Am Fam Physician. 2020;102(11):645
Author disclosure: No relevant financial affiliations.
To the Editor: Case reports and clinical studies have suggested neurologic consequences of severe acute respiratory syndrome coronavirus 2 infection—most commonly headache, anosmia, and ageusia—in addition to the more well-recognized respiratory findings. Other manifestations include stroke, impairment of consciousness, coma, seizure, and encephalopathy.1 An early case series from Wuhan, China, identified neurologic features in 78 of 214 patients (36.4%) who were diagnosed with coronavirus disease 2019 (COVID-19),2 and a systematic study in France found neurologic signs in 49 of 58 patients (84.4%), including abnormalities in magnetic resonance imaging (MRI) and cerebrospinal fluid.3 In a case-control study, COVID-19 was implicated as an independent risk factor for acute ischemic stroke (odds ratio [OR] = 3.9).4 Another study demonstrated an association between COVID-19 and large vessel occlusion strokes (OR = 2.4).5
An 88-year-old woman with a history of hypertension, pulmonary embolism (receiving apixaban [Eliquis]), hypothyroidism, and chronic kidney disease presented with three hours of slurred speech, dizziness, and blurred vision. On arrival, her symptoms improved, and she was afebrile. She denied experiencing fever, chills, cough, dyspnea, chest pain, nausea, or vomiting. Computed tomography (CT) of the brain, CT angiography of the head and neck, and an MRI of the brain showed no acute findings. Findings on chest radiography and laboratory tests, including urinalysis, were within normal limits. She was monitored overnight with complete symptom resolution and was diagnosed with a transient ischemic attack.

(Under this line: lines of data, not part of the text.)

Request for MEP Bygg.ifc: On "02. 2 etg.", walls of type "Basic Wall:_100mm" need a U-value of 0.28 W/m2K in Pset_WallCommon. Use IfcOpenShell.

First a look at what the model holds.

```python
import ifcopenshell
import ifcopenshell.util.element

model = ifcopenshell.open("MEP Bygg.ifc")
print(model.schema)
storey = next(s for s in model.by_type("IfcBuildingStorey") if s.Name == "02. 2 etg.")
walls = [e for e in ifcopenshell.util.element.get_decomposition(storey) if e.is_a("IfcWall")]
seen = {}
for e in walls:
    element_type = ifcopenshell.util.element.get_type(e)
    key = (element_type.Name if element_type != e and element_type else None, ifcopenshell.util.element.get_pset(e, "Pset_WallCommon", "ThermalTransmittance"))
    seen[key] = seen.get(key, 0) + 1
for (name, value), count in sorted(seen.items(), key=str):
    print(count, "x", name, "|", value)
```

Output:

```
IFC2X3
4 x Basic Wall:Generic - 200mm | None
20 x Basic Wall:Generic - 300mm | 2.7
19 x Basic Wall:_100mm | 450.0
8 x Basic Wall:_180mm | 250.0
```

```python
import ifcopenshell
import ifcopenshell.api.pset
import ifcopenshell.util.element

model = ifcopenshell.open("MEP Bygg.ifc")

storey = next(s for s in model.by_type("IfcBuildingStorey") if s.Name == "02. 2 etg.")
walls = [e for e in ifcopenshell.util.element.get_decomposition(storey) if e.is_a("IfcWall")]

count = 0
for e in walls:
    element_type = ifcopenshell.util.element.get_type(e)
    if element_type in (None, e) or element_type.Name != "Basic Wall:_100mm":
        continue
    # add_pset returns the element's existing set when there is one.
    pset = ifcopenshell.api.pset.add_pset(model, product=e, name="Pset_WallCommon")
    ifcopenshell.api.pset.edit_pset(model, pset=pset, properties={"ThermalTransmittance": 0.28})
    count += 1

print(count, "walls updated")

model.write("MEP Bygg-out.ifc")
```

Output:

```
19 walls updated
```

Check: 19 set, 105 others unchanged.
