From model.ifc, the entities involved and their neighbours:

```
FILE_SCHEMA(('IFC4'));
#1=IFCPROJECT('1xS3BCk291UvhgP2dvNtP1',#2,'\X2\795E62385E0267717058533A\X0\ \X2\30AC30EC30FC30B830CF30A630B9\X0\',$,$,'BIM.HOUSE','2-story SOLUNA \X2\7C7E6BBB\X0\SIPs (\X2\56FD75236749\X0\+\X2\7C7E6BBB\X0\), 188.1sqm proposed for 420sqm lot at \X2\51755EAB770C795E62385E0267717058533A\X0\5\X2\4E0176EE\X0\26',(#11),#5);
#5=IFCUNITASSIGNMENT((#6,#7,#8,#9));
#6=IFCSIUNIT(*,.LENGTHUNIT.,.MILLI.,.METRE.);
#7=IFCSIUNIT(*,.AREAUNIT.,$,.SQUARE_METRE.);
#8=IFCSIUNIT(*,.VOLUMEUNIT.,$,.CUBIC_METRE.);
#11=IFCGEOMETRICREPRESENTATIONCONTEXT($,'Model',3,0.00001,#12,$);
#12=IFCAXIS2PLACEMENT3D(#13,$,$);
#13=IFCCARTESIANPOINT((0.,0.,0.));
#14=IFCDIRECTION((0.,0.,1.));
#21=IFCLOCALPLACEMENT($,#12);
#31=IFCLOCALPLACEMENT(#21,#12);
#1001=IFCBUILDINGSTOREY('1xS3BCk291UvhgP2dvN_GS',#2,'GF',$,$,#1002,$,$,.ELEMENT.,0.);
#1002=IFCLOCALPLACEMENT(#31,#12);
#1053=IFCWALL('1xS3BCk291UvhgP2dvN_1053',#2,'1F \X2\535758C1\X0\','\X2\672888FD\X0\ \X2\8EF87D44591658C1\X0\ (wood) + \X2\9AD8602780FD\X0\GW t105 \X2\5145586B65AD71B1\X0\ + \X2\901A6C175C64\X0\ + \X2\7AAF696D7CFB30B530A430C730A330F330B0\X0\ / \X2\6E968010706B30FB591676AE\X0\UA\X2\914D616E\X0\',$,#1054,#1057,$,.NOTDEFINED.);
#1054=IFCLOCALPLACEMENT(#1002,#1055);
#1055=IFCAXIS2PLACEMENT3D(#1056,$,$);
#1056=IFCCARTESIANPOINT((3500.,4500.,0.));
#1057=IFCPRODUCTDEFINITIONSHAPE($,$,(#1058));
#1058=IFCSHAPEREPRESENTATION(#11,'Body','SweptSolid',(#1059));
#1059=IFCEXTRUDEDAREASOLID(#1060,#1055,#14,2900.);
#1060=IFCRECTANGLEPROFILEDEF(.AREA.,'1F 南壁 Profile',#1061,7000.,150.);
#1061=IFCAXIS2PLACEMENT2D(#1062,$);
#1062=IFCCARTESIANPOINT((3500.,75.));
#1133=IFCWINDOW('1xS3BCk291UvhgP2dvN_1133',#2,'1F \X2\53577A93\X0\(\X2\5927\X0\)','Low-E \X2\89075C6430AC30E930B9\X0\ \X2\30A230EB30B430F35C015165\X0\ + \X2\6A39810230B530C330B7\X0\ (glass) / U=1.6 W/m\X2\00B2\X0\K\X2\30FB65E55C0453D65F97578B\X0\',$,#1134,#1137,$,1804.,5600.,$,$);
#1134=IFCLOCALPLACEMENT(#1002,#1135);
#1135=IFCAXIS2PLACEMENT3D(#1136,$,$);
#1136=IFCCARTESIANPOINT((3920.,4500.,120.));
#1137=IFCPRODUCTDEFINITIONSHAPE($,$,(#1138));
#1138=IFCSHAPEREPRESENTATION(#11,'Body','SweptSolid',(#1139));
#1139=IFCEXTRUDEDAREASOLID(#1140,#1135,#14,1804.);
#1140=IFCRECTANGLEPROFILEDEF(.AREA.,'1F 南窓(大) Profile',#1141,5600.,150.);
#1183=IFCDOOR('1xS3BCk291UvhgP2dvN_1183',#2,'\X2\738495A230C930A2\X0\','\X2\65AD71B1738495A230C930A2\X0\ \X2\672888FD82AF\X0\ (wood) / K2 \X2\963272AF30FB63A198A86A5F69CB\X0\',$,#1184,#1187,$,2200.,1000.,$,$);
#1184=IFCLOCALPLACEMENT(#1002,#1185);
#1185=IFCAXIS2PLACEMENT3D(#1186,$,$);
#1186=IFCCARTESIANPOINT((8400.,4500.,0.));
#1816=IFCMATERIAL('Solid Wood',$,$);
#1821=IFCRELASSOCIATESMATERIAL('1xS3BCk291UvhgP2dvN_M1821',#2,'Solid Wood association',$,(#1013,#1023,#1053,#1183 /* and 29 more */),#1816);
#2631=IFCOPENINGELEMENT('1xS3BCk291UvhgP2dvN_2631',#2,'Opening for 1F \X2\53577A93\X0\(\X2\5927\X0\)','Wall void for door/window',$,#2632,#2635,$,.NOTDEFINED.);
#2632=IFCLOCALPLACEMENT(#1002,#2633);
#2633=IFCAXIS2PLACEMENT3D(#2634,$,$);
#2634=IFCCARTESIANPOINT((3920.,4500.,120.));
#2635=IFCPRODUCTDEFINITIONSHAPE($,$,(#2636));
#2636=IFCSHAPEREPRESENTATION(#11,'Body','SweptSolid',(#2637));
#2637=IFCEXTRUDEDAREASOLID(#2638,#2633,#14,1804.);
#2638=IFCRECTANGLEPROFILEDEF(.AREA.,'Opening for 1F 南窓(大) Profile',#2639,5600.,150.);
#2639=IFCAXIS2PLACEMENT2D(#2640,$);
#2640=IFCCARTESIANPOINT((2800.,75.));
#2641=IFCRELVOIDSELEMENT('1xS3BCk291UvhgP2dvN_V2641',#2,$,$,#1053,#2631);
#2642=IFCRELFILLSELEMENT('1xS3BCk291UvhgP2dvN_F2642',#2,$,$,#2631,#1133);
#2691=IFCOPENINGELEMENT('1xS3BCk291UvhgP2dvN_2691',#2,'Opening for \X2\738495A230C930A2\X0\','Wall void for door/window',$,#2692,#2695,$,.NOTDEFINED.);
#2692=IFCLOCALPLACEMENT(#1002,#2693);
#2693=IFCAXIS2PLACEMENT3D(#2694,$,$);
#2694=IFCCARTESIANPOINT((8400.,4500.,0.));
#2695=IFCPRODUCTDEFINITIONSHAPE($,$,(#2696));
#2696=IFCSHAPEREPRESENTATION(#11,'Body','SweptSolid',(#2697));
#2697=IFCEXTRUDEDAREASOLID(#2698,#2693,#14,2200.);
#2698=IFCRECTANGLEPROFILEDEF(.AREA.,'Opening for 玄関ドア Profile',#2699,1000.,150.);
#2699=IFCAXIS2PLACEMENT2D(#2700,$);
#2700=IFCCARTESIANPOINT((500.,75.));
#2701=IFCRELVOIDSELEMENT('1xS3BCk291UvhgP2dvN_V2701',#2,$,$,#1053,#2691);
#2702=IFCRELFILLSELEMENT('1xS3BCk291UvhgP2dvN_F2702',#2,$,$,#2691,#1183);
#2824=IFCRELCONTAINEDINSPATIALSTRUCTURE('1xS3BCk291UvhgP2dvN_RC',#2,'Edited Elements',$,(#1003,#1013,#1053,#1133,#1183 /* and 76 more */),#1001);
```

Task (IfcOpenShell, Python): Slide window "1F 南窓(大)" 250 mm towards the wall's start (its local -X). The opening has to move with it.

```python
import ifcopenshell
import ifcopenshell.api.geometry
import ifcopenshell.util.placement
import ifcopenshell.util.unit

model = ifcopenshell.open("model.ifc")
unit_scale = ifcopenshell.util.unit.calculate_unit_scale(model)

window = model.by_guid("1xS3BCk291UvhgP2dvN_1133")
opening = window.FillsVoids[0].RelatingOpeningElement
wall = opening.VoidsElements[0].RelatingBuildingElement

wall_matrix = ifcopenshell.util.placement.get_local_placement(wall.ObjectPlacement)
shift = wall_matrix[:3, 0] * -0.25 / unit_scale
before = ifcopenshell.util.placement.get_local_placement(window.ObjectPlacement)[:3, 3].copy()

# The window is not placed relative to its opening, so move both.
for product in (opening, window):
    matrix = ifcopenshell.util.placement.get_local_placement(product.ObjectPlacement)
    matrix[:3, 3] += shift
    ifcopenshell.api.geometry.edit_object_placement(model, product=product, matrix=matrix, is_si=False)

after = ifcopenshell.util.placement.get_local_placement(window.ObjectPlacement)[:3, 3]
print("window moved by", (after - before).round(3) + 0.0)

model.write("model_v2.ifc")
```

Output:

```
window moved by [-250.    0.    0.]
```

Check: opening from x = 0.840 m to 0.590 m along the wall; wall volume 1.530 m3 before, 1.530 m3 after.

Seven hours after discharge, she returned to the emergency department with slurred speech, confusion, dizziness, and syncope. Vital signs, including orthostatic vital signs, and test results, including vitamin B12 and folate, were within normal limits. A repeat chest radiograph and CT of the head showed no acute findings. Shortly after arrival, her symptoms returned to baseline. Echocardiography showed a normal ejection fraction. Electroencephalography was normal.
On day 4 after the initial presentation, she developed vomiting. A COVID-19 polymerase chain reaction test was positive. She subsequently developed a temperature of 100.3°F (37.9°C). By day 7, she was afebrile, tolerating food, and was discharged.
In people presenting with neurologic signs and symptoms, COVID-19 may be overlooked as a possible underlying etiology, delaying appropriate treatment and potentially contributing to high-risk exposures for staff and other patients. Twenty-four staff members treated this patient before COVID-19 was diagnosed. However, no viral transmission occurred due to universal precautions (surgical mask and eye covering) among staff, emphasizing the importance of personal protective equipment in treating all patients regardless of symptoms.